1981 T.J. Cycles Flying Gate -  The Flying Gate track bikes are the rare ones today.  I bought this
one out of the U.K. in the early nineties.  Equipped with all the best period correct racing parts ( rare! ).
I sold it to a Japanese collector who pulled it completely apart and sold all the parts and hung the frame.


----------



## bulldog1935 (Jun 6, 2017)

a particularly lovely bike with a particularly short wheelbase


----------



## Gladiron (Jul 19, 2017)

You have nice one. I saw one at the Cyclepedia exhibit in Portland a few years ago. 

Then I decided to make one for myself from a Peugeot Nice that had a separated seat tube at the BB and a scrap top tube from a Schwinn World I used to make a Dutch bike. While mine looks like a Flying Gate, it most certainly is not.


----------



## juvela (Oct 13, 2017)

-----

Trevor Jarvis, exchanged letters with him ~1983 and collected brochures on all of his Gate models.

Fascinating bicycles.  Thank you for posting this fine example.
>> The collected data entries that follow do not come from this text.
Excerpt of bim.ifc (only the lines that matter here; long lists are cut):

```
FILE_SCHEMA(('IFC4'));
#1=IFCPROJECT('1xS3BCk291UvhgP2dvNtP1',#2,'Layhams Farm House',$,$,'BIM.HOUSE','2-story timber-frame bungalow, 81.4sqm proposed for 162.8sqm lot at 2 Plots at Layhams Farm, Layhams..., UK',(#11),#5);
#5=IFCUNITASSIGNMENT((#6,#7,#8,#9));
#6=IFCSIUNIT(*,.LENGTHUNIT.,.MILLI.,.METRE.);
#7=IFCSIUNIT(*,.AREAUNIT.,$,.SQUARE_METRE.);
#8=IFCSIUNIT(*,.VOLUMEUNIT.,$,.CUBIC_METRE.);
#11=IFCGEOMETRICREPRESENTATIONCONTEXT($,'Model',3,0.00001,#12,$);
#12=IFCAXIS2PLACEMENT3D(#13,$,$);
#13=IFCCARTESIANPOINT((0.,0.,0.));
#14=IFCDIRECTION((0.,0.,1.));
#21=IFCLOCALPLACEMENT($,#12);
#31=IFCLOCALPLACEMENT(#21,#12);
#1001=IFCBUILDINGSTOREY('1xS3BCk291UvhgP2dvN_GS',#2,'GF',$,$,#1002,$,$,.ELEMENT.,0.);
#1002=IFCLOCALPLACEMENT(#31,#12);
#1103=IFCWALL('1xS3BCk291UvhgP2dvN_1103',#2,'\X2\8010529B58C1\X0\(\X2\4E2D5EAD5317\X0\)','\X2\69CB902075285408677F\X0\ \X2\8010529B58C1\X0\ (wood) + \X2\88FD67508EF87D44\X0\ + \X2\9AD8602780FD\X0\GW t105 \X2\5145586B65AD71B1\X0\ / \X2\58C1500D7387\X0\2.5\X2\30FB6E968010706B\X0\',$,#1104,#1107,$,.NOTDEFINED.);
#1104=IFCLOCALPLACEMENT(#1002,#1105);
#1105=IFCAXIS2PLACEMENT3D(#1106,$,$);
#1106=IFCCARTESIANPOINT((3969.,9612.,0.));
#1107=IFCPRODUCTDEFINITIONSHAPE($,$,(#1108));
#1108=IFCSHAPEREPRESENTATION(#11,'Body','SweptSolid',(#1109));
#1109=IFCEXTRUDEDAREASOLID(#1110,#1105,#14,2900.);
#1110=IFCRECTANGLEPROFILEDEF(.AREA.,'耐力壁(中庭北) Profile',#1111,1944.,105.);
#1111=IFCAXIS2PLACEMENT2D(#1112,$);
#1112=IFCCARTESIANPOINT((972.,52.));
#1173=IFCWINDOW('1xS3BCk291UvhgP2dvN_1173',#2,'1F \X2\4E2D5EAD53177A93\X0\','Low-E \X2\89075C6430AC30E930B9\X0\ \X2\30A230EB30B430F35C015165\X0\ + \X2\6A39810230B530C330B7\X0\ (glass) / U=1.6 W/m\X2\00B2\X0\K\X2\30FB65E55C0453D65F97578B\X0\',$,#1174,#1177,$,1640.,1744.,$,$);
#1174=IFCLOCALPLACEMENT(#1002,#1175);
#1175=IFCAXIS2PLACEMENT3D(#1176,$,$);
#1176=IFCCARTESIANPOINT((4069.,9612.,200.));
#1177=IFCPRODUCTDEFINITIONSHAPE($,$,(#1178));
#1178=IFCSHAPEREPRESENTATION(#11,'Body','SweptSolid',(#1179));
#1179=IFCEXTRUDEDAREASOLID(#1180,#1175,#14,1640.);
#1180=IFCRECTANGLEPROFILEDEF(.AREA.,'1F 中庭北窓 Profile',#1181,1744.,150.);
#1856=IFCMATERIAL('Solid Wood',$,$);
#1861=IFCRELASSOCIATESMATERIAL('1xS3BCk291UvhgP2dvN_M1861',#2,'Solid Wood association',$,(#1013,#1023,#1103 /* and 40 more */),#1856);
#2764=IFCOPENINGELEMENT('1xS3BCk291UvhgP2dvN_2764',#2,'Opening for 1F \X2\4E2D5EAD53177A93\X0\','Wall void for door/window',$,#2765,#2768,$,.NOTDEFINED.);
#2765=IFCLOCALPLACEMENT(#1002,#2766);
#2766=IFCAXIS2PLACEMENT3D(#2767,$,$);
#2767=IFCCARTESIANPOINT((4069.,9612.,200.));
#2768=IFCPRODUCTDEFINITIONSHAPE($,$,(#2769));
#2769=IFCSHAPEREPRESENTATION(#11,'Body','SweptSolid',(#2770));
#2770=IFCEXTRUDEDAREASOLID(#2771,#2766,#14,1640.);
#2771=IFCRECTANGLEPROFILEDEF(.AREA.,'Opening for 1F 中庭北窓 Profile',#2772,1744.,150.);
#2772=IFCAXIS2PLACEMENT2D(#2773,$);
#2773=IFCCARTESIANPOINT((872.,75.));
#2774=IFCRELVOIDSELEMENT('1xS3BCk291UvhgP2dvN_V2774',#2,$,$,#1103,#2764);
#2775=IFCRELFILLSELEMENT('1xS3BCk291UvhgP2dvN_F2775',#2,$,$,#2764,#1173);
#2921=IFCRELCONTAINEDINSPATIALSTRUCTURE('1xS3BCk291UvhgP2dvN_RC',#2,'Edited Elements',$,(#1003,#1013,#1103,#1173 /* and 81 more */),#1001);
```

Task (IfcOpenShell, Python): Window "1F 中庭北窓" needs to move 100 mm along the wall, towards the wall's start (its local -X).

```python
import ifcopenshell
import ifcopenshell.api.geometry
import ifcopenshell.util.placement

model = ifcopenshell.open("bim.ifc")

window = model.by_guid("1xS3BCk291UvhgP2dvN_1173")
opening = window.FillsVoids[0].RelatingOpeningElement
wall = opening.VoidsElements[0].RelatingBuildingElement

wall_matrix = ifcopenshell.util.placement.get_local_placement(wall.ObjectPlacement)
shift = wall_matrix[:3, 0] * -100.0
before = ifcopenshell.util.placement.get_local_placement(window.ObjectPlacement)[:3, 3].copy()

# The window is not placed relative to its opening, so move both.
for product in (opening, window):
    matrix = ifcopenshell.util.placement.get_local_placement(product.ObjectPlacement)
    matrix[:3, 3] += shift
    ifcopenshell.api.geometry.edit_object_placement(model, product=product, matrix=matrix, is_si=False)

after = ifcopenshell.util.placement.get_local_placement(window.ObjectPlacement)[:3, 3]
print("window moved by", (after - before).round(3) + 0.0)

model.write("bim_rev.ifc")
```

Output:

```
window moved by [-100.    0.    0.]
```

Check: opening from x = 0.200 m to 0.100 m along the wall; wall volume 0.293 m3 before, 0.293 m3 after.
Visited collector Bob Freeman of Seattle some years ago and was shown his bespoke Gate road model.

-----


----------



## non-fixie (Oct 14, 2017)

I love those. Spotted this one at a Belgian event last year. If I ever win the lottery ...


----------



## juvela (Oct 14, 2017)

-----

Appears to be wearing the special Gian Robert front mech, is that correct?

Would be fun to see some real Baines Gates...

-----


----------



## non-fixie (Oct 14, 2017)

juvela said:


> -----
> 
> Appears to be wearing the special Gian Robert front mech, is that correct?
> 
> ...




Didn't get a chance to really have a close look, as an award ceremony was going on, so I don't know.

A Baines is even cooler, but I can still order a TJ in my preferred size, and with my preferred fittings, which is nice.


----------